The equivalent control $u_{equ}$ is a continuous function proposed by slotine in [44]. The main purpose of this function is to ensure that the system reaches the sliding surface $(s=0)$. $u_{equ}$ was developed to drive the system without considering its uncertainties and external disturbance, and it can be obtained by zeroing $\dot{s}$ ($\dot{s}=0$). The switching control $u_d$ is a discontinuous function which contains the switching element. The main purpose of this function is to ensure the convergence of the overall system by keeping it moving onto the sliding surface. Moreover, it guarantees the robustness against uncertainties and external disturbances. In this work, $u_d$ is designed based on STA as given in Equation (17) [45]. It is composed of two parts: a discontinuous part $u_1$ and a continuous part $u_2$:

$$u_d=u_1+u_2,$$

(17)

$$u_1=-\lambda ·{\left|S\right|}^{1/2}·sign\left(s\right),$$

(18)

$${\dot{u}}_2=-\gamma ·sign\left(s\right),$$

(19)

where $\lambda$ and $\gamma$ are designed parameters. They can be obtained using the sufficient conditions that are required to ensure the convergence:

$$\left\{\begin{array}{c}\gamma >\frac{\Phi }{{\Gamma }_m},\hfill \\ \lambda >\sqrt{\frac{2}{{\Gamma }_m^2}.\frac{{({\Gamma }_m.\gamma +\Phi )}^2}{({\Gamma }_m.\gamma -\Phi )}}.\hfill \end{array}\right.$$

(20)

Accordingly, the overall command law of the STA can be obtained as given in Equation (19). On the other hand, the implementation of this command law in MATLAB/Simulink^TM is clearly presented in Figure 5:

$$u=\frac{V_{out}-V_{stack}}{L}-\lambda {\left|S\right|}^{0.5}sign\left(S\right)-\int \gamma ·sign\left(S\right)dt.$$

(21)

Trajectories on the 2-sliding plane are characterized by bending around the origin. Thus, as shown in Figure 6, they perform an infinite number of rotations while converging to the origin.
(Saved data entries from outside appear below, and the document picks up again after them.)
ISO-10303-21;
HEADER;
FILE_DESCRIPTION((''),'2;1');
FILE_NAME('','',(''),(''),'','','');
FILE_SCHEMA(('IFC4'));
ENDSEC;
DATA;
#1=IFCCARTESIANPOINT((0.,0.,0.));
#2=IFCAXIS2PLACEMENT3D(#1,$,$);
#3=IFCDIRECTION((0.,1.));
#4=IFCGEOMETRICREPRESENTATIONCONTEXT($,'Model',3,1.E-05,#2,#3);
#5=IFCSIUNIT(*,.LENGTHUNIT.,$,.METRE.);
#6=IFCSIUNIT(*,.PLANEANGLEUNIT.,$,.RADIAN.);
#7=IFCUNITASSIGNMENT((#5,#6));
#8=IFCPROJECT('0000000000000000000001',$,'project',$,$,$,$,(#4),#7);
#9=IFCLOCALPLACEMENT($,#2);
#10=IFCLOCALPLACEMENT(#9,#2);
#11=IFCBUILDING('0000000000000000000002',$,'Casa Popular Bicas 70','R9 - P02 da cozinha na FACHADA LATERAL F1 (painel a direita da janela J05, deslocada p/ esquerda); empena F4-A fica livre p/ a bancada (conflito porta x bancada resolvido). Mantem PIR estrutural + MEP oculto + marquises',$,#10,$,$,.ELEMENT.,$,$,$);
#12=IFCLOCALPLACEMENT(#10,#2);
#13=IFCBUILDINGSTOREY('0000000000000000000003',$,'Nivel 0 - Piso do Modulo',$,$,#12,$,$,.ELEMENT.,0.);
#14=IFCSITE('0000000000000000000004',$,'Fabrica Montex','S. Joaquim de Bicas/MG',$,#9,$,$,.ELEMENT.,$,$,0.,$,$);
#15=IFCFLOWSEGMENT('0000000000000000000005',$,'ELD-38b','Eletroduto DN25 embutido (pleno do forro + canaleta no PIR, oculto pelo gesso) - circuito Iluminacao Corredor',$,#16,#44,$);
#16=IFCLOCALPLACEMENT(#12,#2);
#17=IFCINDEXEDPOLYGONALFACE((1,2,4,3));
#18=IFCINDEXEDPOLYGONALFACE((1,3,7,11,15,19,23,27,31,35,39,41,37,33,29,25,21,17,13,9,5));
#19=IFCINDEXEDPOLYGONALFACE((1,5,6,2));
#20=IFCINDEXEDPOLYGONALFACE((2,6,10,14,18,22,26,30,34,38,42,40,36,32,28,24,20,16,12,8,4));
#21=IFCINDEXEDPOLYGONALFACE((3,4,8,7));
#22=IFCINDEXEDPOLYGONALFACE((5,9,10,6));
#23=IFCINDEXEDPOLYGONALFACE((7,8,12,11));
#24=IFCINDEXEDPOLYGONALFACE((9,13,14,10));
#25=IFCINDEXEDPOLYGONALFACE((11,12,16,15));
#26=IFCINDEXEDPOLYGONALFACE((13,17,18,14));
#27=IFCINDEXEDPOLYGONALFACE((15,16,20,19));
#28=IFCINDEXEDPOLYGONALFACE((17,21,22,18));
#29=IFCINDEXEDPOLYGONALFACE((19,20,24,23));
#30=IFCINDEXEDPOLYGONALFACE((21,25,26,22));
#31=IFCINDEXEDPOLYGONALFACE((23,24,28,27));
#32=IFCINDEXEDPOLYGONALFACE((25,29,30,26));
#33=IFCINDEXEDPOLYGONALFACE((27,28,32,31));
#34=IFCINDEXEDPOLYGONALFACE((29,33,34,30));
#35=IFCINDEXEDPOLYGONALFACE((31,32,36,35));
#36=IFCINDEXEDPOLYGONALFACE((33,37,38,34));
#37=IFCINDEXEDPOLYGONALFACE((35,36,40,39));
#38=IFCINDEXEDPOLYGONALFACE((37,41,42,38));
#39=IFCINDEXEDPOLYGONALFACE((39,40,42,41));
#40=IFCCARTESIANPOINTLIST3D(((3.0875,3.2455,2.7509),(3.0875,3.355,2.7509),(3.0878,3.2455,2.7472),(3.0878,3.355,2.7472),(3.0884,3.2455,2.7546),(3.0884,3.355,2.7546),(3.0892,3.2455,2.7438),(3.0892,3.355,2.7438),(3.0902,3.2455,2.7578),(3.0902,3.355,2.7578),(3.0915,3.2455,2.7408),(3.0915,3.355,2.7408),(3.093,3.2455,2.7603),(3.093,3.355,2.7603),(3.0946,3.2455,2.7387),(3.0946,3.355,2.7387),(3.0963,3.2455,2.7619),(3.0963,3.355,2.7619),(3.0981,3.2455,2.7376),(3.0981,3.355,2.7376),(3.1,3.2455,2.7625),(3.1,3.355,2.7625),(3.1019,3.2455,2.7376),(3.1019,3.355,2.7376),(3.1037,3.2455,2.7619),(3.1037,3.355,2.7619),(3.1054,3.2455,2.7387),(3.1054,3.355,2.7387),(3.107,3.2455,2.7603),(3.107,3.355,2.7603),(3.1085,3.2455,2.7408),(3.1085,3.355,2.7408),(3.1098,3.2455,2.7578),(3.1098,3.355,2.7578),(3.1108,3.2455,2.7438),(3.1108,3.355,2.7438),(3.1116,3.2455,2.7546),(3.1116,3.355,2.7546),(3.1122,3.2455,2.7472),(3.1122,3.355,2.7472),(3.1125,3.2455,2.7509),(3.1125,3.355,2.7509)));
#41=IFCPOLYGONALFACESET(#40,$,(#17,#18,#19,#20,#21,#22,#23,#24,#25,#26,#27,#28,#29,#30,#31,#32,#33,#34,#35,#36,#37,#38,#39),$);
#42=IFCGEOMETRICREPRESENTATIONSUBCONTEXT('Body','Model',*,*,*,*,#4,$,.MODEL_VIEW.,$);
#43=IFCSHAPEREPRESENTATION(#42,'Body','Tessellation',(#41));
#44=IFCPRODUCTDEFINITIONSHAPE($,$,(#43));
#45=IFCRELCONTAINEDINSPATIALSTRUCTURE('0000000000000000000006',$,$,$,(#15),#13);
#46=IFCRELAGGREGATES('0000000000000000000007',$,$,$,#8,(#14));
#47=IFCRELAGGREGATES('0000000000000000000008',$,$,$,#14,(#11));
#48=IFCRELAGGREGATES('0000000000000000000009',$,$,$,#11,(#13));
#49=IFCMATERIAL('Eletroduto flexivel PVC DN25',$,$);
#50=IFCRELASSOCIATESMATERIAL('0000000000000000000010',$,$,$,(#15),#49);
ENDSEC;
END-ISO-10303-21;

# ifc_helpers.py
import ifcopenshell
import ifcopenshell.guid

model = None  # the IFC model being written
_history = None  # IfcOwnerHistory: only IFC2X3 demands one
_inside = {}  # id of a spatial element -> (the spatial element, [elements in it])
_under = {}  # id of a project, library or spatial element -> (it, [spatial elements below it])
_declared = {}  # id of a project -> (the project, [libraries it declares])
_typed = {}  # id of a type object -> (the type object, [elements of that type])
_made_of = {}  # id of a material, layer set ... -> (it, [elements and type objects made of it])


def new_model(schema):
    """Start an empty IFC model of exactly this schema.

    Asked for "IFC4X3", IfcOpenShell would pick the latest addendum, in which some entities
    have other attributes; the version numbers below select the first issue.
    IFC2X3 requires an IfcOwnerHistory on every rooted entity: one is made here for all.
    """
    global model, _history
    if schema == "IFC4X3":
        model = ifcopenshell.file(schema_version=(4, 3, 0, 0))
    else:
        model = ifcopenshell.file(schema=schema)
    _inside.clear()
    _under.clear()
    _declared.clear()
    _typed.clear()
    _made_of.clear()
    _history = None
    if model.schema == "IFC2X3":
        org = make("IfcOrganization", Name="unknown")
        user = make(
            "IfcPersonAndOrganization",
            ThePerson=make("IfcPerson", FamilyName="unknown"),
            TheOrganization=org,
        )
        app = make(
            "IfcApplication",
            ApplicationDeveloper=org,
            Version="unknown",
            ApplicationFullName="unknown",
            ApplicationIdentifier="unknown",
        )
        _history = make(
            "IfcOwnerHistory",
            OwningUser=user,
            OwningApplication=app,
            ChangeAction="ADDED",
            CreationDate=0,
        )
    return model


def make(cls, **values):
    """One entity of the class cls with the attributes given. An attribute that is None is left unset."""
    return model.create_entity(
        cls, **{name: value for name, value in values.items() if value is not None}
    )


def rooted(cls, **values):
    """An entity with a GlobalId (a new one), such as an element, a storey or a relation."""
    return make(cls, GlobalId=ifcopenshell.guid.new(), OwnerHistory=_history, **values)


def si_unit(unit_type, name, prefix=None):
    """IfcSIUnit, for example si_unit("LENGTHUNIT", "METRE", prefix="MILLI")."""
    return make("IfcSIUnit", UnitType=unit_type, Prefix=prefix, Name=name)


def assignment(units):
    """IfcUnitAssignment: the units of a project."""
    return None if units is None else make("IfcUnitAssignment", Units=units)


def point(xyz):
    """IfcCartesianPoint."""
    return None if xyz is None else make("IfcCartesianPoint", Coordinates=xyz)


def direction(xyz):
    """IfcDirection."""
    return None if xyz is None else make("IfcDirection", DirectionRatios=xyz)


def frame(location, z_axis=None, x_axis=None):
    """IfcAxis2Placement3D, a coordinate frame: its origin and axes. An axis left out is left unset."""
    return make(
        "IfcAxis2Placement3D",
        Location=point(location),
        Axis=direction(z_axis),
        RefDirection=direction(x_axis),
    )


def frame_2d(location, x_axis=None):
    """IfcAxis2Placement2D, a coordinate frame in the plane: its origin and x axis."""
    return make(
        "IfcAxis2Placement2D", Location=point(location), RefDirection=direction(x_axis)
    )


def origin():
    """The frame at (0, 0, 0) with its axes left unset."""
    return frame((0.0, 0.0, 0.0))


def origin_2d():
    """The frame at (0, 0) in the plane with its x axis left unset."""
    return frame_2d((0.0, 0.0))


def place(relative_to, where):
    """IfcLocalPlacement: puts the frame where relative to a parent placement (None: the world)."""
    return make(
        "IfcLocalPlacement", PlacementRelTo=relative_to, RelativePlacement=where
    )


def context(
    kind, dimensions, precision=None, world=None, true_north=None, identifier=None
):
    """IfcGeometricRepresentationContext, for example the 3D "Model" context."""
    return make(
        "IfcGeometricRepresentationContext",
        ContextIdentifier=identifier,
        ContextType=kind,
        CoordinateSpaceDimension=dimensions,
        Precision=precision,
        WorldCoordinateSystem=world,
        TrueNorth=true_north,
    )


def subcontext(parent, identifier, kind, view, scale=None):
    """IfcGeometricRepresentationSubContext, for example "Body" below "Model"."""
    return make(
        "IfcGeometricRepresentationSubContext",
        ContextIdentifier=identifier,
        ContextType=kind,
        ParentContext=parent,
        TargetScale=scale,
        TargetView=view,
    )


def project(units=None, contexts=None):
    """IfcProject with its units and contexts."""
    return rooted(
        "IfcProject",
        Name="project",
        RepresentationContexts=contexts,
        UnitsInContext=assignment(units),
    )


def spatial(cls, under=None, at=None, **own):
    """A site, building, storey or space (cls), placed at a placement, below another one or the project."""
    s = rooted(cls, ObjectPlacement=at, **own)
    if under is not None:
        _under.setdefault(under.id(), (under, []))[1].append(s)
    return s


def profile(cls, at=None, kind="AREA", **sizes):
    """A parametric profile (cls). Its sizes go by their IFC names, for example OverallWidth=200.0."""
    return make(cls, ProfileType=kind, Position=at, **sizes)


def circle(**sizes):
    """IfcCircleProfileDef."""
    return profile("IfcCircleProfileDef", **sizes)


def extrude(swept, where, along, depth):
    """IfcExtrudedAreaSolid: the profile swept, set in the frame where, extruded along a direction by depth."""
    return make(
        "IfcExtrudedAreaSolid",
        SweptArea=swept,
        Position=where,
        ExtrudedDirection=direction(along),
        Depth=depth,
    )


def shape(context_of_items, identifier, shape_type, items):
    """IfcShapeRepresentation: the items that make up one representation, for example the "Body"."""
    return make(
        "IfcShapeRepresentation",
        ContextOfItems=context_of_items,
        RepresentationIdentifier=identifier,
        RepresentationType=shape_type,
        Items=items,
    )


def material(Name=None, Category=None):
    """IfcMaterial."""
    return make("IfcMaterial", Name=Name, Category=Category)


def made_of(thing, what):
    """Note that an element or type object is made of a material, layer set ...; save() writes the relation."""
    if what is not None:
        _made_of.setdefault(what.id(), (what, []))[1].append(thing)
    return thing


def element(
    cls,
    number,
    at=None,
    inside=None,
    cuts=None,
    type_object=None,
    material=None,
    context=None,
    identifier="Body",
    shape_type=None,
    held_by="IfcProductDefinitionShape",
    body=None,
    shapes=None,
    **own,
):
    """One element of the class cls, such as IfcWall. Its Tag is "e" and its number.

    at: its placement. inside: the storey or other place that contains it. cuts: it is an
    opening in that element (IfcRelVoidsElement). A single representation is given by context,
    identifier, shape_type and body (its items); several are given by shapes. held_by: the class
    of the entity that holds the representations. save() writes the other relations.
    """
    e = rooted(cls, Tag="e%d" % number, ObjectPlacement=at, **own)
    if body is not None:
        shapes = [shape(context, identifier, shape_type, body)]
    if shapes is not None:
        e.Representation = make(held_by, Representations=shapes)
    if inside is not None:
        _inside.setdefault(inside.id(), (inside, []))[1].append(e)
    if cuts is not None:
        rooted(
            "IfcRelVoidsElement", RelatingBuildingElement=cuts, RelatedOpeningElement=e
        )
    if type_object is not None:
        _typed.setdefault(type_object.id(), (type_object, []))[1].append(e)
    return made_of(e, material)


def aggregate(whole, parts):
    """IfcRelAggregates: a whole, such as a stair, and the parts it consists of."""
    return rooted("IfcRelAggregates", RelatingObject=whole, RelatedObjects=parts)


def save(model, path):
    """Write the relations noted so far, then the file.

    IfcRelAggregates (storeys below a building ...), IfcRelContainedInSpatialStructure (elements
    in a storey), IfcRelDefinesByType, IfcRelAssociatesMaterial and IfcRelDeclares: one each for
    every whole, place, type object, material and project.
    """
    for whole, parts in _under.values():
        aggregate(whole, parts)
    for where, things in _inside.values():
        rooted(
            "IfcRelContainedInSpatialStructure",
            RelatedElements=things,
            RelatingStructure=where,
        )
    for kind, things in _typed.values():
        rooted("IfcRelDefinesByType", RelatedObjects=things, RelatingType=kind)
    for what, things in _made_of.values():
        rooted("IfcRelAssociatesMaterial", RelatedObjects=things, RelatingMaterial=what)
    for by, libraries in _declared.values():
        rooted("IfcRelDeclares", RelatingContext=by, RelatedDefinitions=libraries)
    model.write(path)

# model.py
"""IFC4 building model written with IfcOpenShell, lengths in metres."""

from ifc_helpers import new_model, si_unit, direction, frame, origin, origin_2d, place, context, subcontext, project, spatial, circle, extrude, material, element, save


model = new_model("IFC4")

# Units and contexts
model_context = context("Model", 3, precision=1e-05, world=origin(), true_north=direction((0.0, 1.0)))
body_context = subcontext(model_context, "Body", "Model", "MODEL_VIEW")
ifc_project = project(units=[si_unit("LENGTHUNIT", "METRE"), si_unit("PLANEANGLEUNIT", "RADIAN")], contexts=[model_context])

# Site, building, storey
site_placement = place(None, origin())
site = spatial("IfcSite", under=ifc_project, at=site_placement, Name="Fabrica Montex", Description="S. Joaquim de Bicas/MG", CompositionType="ELEMENT", RefElevation=0.0)
building_placement = place(site_placement, origin())
building = spatial("IfcBuilding", under=site, at=building_placement, Name="Casa Popular Bicas 70", Description="R9 - P02 da cozinha na FACHADA LATERAL F1 (painel a direita da janela J05, deslocada p/ esquerda); empena F4-A fica livre p/ a bancada (conflito porta x bancada resolvido). Mantem PIR estrutural + MEP oculto + marquises", CompositionType="ELEMENT")
storey_placement = place(building_placement, origin())
storey = spatial("IfcBuildingStorey", under=building, at=storey_placement, Name="Nivel 0 - Piso do Modulo", CompositionType="ELEMENT", Elevation=0.0)

# Shared definitions
ifc_material_1 = material(Name="Eletroduto flexivel PVC DN25")

# Flow segment
flow_segment_1_placement = place(storey_placement, frame((3.1, 3.2455, 2.75), z_axis=(0.0, 1.0, 0.0), x_axis=(0.0, 0.0, 1.0)))
element("IfcFlowSegment", 1, at=flow_segment_1_placement, inside=storey, material=ifc_material_1, Name="ELD-38b", Description="Eletroduto DN25 embutido (pleno do forro + canaleta no PIR, oculto pelo gesso) - circuito Iluminacao Corredor", context=body_context, shape_type="SweptSolid", body=[
    extrude(circle(Radius=0.0125, at=origin_2d()), origin(), (0.0, 0.0, 1.0), 0.1095),
])

save(model, "model.ifc")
4. Description of the Experimental System

The experimental study presented in this section was developed at the laboratory of Automatic Control and System Engineering (ACSE)/Universidad del Pais Vasco–Euskal Herriko Uniberstsitatea (UPV/EHU). The schematic view of the overall experimental test bench system is shown in Figure 7. The test bench consists of five main parts: a Heliocentris hy-Expert^TM PEMFC Instructor system, a dedicated PC, a DC–DC boost converter, a DSPACE DS1104, and a programmable electronic load.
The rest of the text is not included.